[Collected data entries]
⟨

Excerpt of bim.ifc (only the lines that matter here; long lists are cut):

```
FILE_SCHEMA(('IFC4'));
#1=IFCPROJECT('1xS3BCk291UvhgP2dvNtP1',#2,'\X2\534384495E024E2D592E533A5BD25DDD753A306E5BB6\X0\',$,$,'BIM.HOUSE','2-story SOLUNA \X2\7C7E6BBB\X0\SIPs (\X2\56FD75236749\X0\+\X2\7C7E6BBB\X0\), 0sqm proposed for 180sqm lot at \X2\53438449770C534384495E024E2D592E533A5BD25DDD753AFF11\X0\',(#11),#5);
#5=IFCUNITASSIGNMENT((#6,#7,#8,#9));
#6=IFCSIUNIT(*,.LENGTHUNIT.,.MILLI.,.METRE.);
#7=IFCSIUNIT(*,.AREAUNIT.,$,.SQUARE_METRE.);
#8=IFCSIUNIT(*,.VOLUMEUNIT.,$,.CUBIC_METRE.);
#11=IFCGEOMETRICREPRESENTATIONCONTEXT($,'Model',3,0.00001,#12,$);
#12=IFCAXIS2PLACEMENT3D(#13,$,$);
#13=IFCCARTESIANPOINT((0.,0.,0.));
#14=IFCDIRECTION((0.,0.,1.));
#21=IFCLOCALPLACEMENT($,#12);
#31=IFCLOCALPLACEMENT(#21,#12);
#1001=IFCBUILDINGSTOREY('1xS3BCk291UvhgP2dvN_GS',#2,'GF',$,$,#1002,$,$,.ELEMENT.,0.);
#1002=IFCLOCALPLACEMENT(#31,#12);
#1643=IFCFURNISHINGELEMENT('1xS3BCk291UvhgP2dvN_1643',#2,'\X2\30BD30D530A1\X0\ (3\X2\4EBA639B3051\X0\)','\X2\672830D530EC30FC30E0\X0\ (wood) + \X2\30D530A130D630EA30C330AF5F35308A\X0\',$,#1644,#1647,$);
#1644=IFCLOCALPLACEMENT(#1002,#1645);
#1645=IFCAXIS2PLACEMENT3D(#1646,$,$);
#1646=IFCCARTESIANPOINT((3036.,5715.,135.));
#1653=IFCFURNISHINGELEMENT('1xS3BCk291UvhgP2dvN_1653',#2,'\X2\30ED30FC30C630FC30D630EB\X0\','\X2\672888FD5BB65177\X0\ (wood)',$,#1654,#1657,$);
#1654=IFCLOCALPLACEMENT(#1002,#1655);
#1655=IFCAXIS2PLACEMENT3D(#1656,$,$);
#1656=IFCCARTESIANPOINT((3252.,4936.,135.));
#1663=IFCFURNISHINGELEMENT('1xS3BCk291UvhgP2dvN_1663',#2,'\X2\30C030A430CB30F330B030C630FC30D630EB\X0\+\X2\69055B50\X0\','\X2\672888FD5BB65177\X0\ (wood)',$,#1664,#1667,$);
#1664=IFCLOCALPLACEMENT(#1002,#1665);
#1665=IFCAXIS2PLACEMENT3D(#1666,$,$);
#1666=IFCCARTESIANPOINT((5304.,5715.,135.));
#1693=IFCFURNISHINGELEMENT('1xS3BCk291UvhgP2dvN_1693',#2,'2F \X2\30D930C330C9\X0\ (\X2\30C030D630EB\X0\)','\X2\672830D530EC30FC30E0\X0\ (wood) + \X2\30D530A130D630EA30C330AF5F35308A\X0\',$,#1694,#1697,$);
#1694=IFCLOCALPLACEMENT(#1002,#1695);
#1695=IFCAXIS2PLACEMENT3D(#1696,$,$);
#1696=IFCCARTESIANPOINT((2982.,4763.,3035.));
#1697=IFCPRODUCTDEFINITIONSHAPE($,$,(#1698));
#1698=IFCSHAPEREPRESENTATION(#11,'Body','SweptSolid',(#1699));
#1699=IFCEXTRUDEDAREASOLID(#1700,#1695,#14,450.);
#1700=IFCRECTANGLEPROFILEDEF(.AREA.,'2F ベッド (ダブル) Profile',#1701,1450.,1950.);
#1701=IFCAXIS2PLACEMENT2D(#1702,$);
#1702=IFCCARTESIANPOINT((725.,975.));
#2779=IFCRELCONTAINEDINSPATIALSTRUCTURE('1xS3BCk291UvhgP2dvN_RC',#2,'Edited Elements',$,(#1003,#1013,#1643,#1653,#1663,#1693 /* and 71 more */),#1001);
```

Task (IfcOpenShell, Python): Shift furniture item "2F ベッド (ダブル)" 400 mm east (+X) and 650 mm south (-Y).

```python
import ifcopenshell
import ifcopenshell.api.geometry
import ifcopenshell.util.placement

model = ifcopenshell.open("bim.ifc")

item = model.by_guid("1xS3BCk291UvhgP2dvN_1693")
matrix = ifcopenshell.util.placement.get_local_placement(item.ObjectPlacement)
matrix[0, 3] += 400.0
matrix[1, 3] -= 650.0
ifcopenshell.api.geometry.edit_object_placement(model, product=item, matrix=matrix, is_si=False)

print(ifcopenshell.util.placement.get_local_placement(item.ObjectPlacement).round(3) + 0.0)

model.write("bim_updated.ifc")
```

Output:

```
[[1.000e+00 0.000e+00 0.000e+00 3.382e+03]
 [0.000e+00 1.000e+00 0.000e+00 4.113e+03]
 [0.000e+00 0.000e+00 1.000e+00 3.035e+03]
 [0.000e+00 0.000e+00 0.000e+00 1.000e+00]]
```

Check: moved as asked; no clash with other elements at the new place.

⟩

> [DIRECTIONS]: Among the entries, how many lines hold the string "IFCCARTESIANPOINT"? Answer with a bare number.

> [OUTPUT FOR THIS TASK]: 6